5457. Leveraging Advanced Language Models for Language-Agnostic Structuring and Automatic Annotation of Radiology Reports: A Rib Fracture Study
Authors * Denotes Presenting Author
  1. Nitai Bar *; Rambam Healthcare Campus
  2. Anat Illivitzki; Rambam Healthcare Campus
  3. Eyal Bercovich; Rambam Healthcare Campus
Radiology reports offer a wealth of expert-level pathological annotations, albeit usually unstructured. This study evaluates the Turbo GPT 3.5 and 4 models' capacity to transform free-text Hebrew radiology reports into language-agnostic structured data, automatically annotate reports for acute findings, recommend further management, and expedite data preparation for artificial intelligence (AI) development in medical imaging. Our focus is on rib fractures to serve as a proof-of-concept.

Materials and Methods:
Our dataset comprised 8317 anonymized trauma protocol CTA reports from 1/1/2012 – 1/4/2022, manually annotated for acute rib fractures. Unlike typical NLP models that rely on specific classifiers, the GPT models were employed to interpret linguistic variations flexibly and to extract meaningful features. Their task was to predict the same labels from the reports. Performance evaluation involved mean AUC, F1, and exact match scores.
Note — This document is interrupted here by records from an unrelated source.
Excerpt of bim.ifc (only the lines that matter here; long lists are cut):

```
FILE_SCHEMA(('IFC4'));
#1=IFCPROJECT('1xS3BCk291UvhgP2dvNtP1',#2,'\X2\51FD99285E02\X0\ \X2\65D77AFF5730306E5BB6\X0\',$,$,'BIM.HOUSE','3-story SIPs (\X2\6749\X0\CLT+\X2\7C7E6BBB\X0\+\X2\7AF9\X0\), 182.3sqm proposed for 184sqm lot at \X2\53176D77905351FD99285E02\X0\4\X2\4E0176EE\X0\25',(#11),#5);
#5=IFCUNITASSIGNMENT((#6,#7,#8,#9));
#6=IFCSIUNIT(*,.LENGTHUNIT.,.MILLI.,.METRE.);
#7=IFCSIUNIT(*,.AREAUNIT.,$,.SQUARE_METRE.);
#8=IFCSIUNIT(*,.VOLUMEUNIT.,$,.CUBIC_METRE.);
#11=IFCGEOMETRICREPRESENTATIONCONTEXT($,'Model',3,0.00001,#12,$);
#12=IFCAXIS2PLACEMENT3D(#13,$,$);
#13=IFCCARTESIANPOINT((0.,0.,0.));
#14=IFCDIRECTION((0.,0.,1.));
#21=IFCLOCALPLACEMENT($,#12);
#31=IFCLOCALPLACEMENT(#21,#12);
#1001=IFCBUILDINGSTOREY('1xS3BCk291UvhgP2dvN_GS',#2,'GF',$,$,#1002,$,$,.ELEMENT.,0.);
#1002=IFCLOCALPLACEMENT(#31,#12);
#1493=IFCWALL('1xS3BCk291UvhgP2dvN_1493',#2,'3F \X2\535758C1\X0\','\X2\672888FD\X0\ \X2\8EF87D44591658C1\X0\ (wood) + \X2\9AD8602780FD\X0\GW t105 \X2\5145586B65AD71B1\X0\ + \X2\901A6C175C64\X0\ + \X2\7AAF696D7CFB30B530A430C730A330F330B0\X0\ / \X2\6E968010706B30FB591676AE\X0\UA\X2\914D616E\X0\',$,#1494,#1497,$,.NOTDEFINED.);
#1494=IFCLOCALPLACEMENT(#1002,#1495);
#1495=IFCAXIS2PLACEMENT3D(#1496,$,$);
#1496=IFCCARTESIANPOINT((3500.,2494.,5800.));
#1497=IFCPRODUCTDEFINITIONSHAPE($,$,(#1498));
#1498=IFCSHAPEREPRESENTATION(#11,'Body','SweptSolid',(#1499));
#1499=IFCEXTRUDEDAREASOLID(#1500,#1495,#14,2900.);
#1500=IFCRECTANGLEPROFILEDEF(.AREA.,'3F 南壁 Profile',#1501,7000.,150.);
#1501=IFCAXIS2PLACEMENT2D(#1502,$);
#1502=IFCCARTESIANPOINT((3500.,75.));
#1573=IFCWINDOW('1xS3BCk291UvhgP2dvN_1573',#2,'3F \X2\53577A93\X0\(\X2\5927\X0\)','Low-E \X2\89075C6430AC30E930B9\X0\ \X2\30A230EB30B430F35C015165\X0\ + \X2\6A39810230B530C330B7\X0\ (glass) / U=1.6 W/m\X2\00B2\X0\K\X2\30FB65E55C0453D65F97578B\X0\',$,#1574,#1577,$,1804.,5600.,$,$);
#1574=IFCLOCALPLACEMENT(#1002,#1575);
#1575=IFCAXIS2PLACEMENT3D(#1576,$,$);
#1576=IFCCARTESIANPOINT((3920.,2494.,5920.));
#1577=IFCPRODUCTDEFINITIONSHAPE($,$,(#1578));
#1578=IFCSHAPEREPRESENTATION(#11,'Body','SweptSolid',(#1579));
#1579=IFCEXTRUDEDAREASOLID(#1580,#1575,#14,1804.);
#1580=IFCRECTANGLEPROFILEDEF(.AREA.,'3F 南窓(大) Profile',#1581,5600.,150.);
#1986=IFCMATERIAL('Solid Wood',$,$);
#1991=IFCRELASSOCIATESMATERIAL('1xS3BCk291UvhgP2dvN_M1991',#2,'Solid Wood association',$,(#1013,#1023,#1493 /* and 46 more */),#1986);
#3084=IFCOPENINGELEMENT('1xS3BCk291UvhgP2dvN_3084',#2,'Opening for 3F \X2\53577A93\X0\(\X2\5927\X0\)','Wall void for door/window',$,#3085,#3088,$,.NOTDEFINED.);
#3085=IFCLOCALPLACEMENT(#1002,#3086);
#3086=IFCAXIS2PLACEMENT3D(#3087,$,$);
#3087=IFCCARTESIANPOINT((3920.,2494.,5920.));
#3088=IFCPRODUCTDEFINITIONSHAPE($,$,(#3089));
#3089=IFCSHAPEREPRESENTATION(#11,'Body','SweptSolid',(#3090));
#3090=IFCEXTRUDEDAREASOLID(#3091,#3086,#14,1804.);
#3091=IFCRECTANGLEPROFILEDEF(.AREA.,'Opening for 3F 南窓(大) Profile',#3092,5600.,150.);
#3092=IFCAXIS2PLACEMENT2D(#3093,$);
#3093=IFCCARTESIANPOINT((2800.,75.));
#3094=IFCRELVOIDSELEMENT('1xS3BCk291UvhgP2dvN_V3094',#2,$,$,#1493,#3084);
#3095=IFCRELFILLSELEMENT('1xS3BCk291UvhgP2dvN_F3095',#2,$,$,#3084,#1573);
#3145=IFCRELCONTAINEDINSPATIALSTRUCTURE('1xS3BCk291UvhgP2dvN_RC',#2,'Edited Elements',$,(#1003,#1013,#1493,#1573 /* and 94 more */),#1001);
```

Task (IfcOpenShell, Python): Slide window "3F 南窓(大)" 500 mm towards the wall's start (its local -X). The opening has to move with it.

```python
import ifcopenshell
import ifcopenshell.api.geometry
import ifcopenshell.util.placement
import ifcopenshell.util.unit

model = ifcopenshell.open("bim.ifc")
unit_scale = ifcopenshell.util.unit.calculate_unit_scale(model)

window = model.by_guid("1xS3BCk291UvhgP2dvN_1573")
opening = window.FillsVoids[0].RelatingOpeningElement
wall = opening.VoidsElements[0].RelatingBuildingElement

wall_matrix = ifcopenshell.util.placement.get_local_placement(wall.ObjectPlacement)
shift = wall_matrix[:3, 0] * -0.5 / unit_scale
before = ifcopenshell.util.placement.get_local_placement(window.ObjectPlacement)[:3, 3].copy()

# The window is not placed relative to its opening, so move both.
for product in (opening, window):
    matrix = ifcopenshell.util.placement.get_local_placement(product.ObjectPlacement)
    matrix[:3, 3] += shift
    ifcopenshell.api.geometry.edit_object_placement(model, product=product, matrix=matrix, is_si=False)

after = ifcopenshell.util.placement.get_local_placement(window.ObjectPlacement)[:3, 3]
print("window moved by", (after - before).round(3) + 0.0)

model.write("bim_edited.ifc")
```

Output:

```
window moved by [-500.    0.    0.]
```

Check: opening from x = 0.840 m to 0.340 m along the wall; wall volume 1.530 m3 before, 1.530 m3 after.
Acute rib fractures were identified in 2076 (25%) reports. Preliminary findings suggest exact match scores > 85% and F1 scores > 90%, showing the model's proficiency in auto-annotating all labels, including rarer ones. The GPT models thus allow systematic generation of structured radiology reports, which facilitate immediate notification of acute findings, recommendations for further management, and rapid data preparation for AI applications in medical imaging.

Advanced language models demonstrate remarkable potential in structuring and annotating radiology reports language-agnostically, accelerating data readiness for AI development, and monitoring AI model drift by generating finding identification statistics.